## Records drawn from a dataset:
■ ■ ■ ■ ■ ■ ■

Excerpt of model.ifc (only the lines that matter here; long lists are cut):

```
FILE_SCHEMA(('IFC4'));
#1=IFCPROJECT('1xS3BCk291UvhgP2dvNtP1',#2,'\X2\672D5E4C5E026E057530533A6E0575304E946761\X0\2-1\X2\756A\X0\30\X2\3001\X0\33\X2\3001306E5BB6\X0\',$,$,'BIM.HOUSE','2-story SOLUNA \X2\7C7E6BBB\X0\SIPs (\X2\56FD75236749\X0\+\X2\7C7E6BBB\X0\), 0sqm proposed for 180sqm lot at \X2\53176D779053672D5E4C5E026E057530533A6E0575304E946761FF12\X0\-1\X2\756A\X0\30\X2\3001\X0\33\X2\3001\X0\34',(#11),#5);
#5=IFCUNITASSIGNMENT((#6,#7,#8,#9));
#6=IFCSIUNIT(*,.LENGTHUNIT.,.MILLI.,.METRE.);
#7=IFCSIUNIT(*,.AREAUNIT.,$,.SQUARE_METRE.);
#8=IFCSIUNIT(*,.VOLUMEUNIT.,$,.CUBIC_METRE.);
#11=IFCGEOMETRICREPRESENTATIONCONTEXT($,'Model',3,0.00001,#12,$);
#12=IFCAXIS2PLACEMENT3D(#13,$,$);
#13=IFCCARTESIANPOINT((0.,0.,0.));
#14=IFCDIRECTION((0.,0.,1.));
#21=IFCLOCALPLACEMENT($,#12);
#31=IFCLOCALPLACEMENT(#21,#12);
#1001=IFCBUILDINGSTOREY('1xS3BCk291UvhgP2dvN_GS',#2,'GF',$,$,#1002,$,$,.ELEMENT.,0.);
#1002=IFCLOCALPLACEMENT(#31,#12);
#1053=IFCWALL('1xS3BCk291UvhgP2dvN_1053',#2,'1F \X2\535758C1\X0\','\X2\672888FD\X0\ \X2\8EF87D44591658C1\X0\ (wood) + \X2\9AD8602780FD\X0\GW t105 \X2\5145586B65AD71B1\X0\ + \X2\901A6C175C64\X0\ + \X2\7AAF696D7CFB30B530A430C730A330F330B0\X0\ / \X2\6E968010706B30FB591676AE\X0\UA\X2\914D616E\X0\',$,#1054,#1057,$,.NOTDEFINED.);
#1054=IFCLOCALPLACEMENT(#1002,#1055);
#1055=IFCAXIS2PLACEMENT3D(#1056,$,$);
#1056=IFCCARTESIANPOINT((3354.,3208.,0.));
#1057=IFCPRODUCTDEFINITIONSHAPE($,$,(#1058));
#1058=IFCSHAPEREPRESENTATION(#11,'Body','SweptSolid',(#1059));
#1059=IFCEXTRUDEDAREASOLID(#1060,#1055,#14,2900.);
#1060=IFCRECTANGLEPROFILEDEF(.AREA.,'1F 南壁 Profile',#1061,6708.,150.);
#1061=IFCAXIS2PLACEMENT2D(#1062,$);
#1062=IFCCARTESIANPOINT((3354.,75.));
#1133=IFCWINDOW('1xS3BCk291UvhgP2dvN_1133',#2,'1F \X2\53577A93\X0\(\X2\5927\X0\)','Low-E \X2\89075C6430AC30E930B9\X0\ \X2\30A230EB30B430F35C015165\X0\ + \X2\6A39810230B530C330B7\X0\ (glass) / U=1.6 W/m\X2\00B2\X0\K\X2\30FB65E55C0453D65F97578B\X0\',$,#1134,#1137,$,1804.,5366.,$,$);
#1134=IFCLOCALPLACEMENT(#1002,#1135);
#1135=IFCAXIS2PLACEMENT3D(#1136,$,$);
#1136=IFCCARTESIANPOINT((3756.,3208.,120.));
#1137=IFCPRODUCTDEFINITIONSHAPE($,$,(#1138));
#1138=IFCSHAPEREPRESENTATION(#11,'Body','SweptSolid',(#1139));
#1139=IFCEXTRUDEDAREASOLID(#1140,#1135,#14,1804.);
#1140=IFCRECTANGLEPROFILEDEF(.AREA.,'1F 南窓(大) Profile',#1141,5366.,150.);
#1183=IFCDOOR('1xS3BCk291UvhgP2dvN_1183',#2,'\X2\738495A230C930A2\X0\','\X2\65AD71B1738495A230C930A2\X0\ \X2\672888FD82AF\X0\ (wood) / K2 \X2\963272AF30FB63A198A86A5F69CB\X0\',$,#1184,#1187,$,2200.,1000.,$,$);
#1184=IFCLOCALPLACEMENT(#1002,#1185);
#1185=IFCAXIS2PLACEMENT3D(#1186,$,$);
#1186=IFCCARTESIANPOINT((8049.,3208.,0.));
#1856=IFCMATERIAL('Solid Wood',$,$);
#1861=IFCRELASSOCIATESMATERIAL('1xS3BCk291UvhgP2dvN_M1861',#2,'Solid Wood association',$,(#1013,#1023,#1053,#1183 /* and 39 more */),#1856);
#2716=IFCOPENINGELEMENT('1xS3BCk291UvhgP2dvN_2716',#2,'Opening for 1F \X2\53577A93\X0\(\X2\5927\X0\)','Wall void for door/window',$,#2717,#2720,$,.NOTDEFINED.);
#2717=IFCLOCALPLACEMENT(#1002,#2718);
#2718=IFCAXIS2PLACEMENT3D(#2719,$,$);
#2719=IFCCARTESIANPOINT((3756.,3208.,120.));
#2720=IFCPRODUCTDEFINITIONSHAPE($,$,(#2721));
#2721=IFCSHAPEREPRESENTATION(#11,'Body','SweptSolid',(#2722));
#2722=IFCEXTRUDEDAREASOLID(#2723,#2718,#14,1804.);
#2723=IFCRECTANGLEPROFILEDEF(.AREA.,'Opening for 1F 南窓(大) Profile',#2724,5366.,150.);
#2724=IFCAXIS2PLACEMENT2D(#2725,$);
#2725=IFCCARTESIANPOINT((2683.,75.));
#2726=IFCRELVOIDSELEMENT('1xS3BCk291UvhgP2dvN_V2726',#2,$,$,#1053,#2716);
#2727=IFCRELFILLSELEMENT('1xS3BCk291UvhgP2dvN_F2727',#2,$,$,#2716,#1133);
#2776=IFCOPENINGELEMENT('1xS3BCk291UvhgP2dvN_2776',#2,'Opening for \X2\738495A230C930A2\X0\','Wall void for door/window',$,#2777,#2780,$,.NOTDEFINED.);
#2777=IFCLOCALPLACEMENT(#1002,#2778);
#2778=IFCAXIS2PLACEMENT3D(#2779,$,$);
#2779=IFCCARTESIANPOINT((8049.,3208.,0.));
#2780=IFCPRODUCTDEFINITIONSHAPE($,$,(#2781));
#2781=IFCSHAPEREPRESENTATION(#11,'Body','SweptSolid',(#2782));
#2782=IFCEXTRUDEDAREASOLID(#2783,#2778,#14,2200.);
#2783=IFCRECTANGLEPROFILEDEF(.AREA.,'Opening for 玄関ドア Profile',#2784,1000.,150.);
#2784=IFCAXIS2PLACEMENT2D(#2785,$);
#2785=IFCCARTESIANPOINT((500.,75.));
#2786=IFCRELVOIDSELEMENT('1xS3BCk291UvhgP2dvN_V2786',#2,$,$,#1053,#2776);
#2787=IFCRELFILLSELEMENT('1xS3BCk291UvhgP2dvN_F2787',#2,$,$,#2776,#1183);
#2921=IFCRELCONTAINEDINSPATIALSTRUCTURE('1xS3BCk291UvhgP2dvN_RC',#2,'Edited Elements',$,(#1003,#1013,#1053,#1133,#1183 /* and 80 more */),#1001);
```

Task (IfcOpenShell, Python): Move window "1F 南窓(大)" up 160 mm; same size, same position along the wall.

```python
import numpy as np
import ifcopenshell
import ifcopenshell.api.geometry
import ifcopenshell.util.placement
import ifcopenshell.util.unit

model = ifcopenshell.open("model.ifc")
unit_scale = ifcopenshell.util.unit.calculate_unit_scale(model)

window = model.by_guid("1xS3BCk291UvhgP2dvN_1133")
opening = window.FillsVoids[0].RelatingOpeningElement
dz = 0.16 / unit_scale

shift = np.array([0.0, 0.0, dz])
# The window is not placed relative to its opening, so move both.
for product in (opening, window):
    matrix = ifcopenshell.util.placement.get_local_placement(product.ObjectPlacement)
    matrix[:3, 3] += shift
    ifcopenshell.api.geometry.edit_object_placement(model, product=product, matrix=matrix, is_si=False)

print(f"moved by {dz * unit_scale:+.3f} m")

model.write("model_updated.ifc")
```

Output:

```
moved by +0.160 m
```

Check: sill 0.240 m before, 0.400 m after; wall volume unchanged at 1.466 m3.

■ ■ ■ ■ ■ ■ ■

Your answer should be all lines from the data that contain "NOTDEFINED".

## Completed exercise:
#1053=IFCWALL('1xS3BCk291UvhgP2dvN_1053',#2,'1F \X2\535758C1\X0\','\X2\672888FD\X0\ \X2\8EF87D44591658C1\X0\ (wood) + \X2\9AD8602780FD\X0\GW t105 \X2\5145586B65AD71B1\X0\ + \X2\901A6C175C64\X0\ + \X2\7AAF696D7CFB30B530A430C730A330F330B0\X0\ / \X2\6E968010706B30FB591676AE\X0\UA\X2\914D616E\X0\',$,#1054,#1057,$,.NOTDEFINED.);
#2716=IFCOPENINGELEMENT('1xS3BCk291UvhgP2dvN_2716',#2,'Opening for 1F \X2\53577A93\X0\(\X2\5927\X0\)','Wall void for door/window',$,#2717,#2720,$,.NOTDEFINED.);
#2776=IFCOPENINGELEMENT('1xS3BCk291UvhgP2dvN_2776',#2,'Opening for \X2\738495A230C930A2\X0\','Wall void for door/window',$,#2777,#2780,$,.NOTDEFINED.);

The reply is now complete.